Both automatic and manual alert actions can cause an alert status change, as shown in the following figure:
Status | Description |
---|---|
Open | The initial alert status is Open. |
Correlated | Alert correlation processing changes the alert status to Correlated. Alerts correlated to an inference have a Correlated status and subsequently inherit the inference alert status. Correlated alerts do not change status independently but transition with the associated inference alert status. Suppress and Acknowledge actions can be applied to an inference alert and the correlated alert logically inherits the associated inference alert status but the alert, itself, retains a Correlated status.
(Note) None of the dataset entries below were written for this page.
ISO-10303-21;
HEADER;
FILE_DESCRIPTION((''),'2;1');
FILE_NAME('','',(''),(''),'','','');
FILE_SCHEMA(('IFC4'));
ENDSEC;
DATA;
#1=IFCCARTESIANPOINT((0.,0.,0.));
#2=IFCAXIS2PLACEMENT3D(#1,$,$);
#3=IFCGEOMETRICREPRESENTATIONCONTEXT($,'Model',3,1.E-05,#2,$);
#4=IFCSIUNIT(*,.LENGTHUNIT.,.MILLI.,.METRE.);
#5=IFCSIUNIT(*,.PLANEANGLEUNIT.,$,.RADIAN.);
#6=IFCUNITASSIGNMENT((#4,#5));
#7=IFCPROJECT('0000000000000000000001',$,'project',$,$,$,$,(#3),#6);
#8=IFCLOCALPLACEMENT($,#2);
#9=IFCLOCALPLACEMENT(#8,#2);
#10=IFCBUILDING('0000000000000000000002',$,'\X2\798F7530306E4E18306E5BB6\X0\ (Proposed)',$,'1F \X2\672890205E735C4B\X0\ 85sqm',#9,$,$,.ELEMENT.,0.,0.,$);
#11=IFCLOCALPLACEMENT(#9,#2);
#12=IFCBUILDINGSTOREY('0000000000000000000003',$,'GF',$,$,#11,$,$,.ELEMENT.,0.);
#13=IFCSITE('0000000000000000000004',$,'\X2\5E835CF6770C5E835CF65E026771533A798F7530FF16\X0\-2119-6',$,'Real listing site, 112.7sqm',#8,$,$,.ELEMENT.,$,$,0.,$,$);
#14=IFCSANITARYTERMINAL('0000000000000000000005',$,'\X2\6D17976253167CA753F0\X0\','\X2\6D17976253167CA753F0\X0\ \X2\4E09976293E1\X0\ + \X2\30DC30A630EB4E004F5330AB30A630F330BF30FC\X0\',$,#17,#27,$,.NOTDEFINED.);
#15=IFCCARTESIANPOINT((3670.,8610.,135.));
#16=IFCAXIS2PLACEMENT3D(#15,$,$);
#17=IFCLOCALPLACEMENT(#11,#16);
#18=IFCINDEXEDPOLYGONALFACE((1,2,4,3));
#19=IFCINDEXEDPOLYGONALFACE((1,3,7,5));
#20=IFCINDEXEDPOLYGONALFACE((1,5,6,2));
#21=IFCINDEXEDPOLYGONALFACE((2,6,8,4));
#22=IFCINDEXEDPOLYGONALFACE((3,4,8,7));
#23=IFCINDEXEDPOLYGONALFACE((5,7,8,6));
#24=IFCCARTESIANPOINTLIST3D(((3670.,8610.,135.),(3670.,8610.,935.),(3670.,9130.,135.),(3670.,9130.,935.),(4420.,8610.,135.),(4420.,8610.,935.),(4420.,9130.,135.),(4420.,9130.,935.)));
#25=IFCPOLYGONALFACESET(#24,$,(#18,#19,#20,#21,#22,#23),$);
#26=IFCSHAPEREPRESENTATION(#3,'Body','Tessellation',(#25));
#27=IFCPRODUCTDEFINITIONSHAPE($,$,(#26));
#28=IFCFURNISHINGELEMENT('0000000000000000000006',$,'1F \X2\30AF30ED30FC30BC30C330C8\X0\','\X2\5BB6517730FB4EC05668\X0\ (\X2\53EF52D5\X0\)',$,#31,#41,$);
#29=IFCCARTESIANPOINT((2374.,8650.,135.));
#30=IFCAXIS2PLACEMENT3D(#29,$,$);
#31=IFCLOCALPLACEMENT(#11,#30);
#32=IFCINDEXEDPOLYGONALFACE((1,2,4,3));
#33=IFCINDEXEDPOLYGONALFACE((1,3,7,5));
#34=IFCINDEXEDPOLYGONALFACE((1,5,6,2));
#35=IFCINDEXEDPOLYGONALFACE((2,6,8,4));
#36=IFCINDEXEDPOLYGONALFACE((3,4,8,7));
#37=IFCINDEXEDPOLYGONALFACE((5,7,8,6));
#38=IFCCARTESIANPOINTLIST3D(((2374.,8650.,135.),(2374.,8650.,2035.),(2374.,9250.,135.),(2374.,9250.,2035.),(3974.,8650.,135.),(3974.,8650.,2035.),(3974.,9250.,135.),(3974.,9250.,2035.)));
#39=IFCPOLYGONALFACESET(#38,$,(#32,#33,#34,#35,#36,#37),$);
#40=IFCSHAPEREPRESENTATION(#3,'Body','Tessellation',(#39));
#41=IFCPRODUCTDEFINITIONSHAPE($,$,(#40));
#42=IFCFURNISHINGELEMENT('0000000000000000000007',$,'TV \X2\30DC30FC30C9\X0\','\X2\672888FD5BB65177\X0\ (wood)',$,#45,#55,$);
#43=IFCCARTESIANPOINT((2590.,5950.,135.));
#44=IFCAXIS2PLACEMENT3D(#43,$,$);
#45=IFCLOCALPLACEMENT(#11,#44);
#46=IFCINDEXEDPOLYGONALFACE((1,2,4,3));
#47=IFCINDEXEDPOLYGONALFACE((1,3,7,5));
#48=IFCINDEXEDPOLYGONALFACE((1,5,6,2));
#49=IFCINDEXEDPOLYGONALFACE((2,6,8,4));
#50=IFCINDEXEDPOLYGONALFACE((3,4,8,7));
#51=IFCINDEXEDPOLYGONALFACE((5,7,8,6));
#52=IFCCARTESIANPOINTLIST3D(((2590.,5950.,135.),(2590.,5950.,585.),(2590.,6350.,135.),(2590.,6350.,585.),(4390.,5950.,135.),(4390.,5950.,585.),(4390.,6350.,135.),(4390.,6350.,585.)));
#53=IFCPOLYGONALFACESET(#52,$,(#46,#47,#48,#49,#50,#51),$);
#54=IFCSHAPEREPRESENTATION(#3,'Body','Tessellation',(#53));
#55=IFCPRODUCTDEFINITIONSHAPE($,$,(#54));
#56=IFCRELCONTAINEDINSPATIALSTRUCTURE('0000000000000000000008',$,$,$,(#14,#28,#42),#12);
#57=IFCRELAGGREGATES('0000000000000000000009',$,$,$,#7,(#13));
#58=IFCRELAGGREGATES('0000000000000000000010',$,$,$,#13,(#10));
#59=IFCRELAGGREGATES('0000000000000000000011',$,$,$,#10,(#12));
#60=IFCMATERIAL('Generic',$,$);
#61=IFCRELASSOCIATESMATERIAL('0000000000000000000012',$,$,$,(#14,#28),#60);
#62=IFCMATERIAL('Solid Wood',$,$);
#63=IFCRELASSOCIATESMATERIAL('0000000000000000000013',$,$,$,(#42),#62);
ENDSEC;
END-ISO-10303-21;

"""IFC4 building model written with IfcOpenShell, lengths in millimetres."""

from ifc_helpers import new_model, si_unit, frame, frame_2d, origin, place, context, project, spatial, rectangle, extrude, material, element, save


model = new_model("IFC4")

# Units and contexts
model_context = context("Model", 3, precision=1e-05, world=origin())
ifc_project = project(units=[si_unit("LENGTHUNIT", "METRE", prefix="MILLI"), si_unit("PLANEANGLEUNIT", "RADIAN")], contexts=[model_context])

# Site, building, storey
site_placement = place(None, origin())
site = spatial("IfcSite", under=ifc_project, at=site_placement, Name="広島県広島市東区福田６-2119-6", ObjectType="Real listing site, 112.7sqm", CompositionType="ELEMENT", RefElevation=0.0)
building_placement = place(site_placement, origin())
building = spatial("IfcBuilding", under=site, at=building_placement, Name="福田の丘の家 (Proposed)", ObjectType="1F 木造平屋 85sqm", CompositionType="ELEMENT", ElevationOfRefHeight=0.0, ElevationOfTerrain=0.0)
storey_placement = place(building_placement, origin())
storey = spatial("IfcBuildingStorey", under=building, at=storey_placement, Name="GF", CompositionType="ELEMENT", Elevation=0.0)

# Shared definitions
ifc_material_1 = material(Name="Solid Wood")

# Shared definitions
ifc_material_2 = material(Name="Generic")

# Sanitary terminal
sanitary_terminal_1_placement = place(storey_placement, frame((3670.0, 8610.0, 135.0)))
element("IfcSanitaryTerminal", 1, at=sanitary_terminal_1_placement, inside=storey, material=ifc_material_2, Name="洗面化粧台", Description="洗面化粧台 三面鏡 + ボウル一体カウンター", PredefinedType="NOTDEFINED", context=model_context, shape_type="SweptSolid", body=[
    extrude(rectangle(XDim=750.0, YDim=520.0, at=frame_2d((375.0, 260.0))), frame((3670.0, 8610.0, 135.0)), (0.0, 0.0, 1.0), 800.0),
])

# Furnishing elements
furnishing_1_placement = place(storey_placement, frame((2374.0, 8650.0, 135.0)))
element("IfcFurnishingElement", 2, at=furnishing_1_placement, inside=storey, material=ifc_material_2, Name="1F クローゼット", Description="家具・什器 (可動)", context=model_context, shape_type="SweptSolid", body=[
    extrude(rectangle(XDim=1600.0, YDim=600.0, at=frame_2d((800.0, 300.0))), frame((2374.0, 8650.0, 135.0)), (0.0, 0.0, 1.0), 1900.0),
])
furnishing_2_placement = place(storey_placement, frame((2590.0, 5950.0, 135.0)))
element("IfcFurnishingElement", 3, at=furnishing_2_placement, inside=storey, material=ifc_material_1, Name="TV ボード", Description="木製家具 (wood)", context=model_context, shape_type="SweptSolid", body=[
    extrude(rectangle(XDim=1800.0, YDim=400.0, at=frame_2d((900.0, 200.0))), frame((2590.0, 5950.0, 135.0)), (0.0, 0.0, 1.0), 450.0),
])

save(model, "model.ifc")
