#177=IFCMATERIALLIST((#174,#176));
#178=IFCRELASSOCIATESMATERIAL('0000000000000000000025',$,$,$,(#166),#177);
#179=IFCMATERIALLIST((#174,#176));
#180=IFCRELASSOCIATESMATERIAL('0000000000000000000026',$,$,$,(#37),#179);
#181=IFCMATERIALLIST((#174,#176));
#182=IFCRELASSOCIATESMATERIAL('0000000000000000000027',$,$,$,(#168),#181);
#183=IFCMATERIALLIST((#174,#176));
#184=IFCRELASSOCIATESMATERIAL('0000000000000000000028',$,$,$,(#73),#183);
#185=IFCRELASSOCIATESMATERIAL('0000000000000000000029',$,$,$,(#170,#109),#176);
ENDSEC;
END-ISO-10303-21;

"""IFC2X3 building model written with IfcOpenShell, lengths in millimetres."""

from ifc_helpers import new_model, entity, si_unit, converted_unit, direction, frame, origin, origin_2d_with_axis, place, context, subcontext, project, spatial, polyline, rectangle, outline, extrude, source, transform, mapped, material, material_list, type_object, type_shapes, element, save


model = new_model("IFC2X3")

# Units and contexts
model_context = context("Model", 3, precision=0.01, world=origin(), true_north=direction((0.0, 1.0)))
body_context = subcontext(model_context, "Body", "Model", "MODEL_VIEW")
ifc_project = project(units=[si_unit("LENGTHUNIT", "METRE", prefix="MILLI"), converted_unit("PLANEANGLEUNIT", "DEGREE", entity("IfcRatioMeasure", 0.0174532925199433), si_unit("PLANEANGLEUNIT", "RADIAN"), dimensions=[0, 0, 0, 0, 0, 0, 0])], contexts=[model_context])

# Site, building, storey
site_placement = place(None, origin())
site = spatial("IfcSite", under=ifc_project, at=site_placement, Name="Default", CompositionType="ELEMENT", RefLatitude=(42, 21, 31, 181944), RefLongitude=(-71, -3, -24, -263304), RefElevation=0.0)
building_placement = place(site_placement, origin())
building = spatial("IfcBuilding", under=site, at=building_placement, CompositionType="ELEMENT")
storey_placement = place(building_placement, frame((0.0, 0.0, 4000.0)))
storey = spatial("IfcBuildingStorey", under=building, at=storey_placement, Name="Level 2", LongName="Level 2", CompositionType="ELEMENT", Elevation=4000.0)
Therefore, you do not need to suppress a correlated alert because the Correlated status is a final status for alerts that are part of an inference. |
Ticketed | The Create Incident action transitions open alerts to a Ticketed status.A Ticketed alert retains a Ticketed status even if an Unacknowledge or Unsuppress action is applied. |
Acknowledged | Acknowledged alerts are set to an Acknowledged status. |
Suppressed | Suppressed alerts are set to a Suppressed status. |
Closed | The Closed status is a final alert status. Alerts can be closed manually only when the alert is in the OK state. |
You can monitor alert status in the Alert Details page comments section:
After waiting until the problem no longer is displayed as an alert the alert is placed in the OK state. In the OK state, if the same alert reoccurs, a new alert is created. Otherwise, the repeat count is incremented for the alert.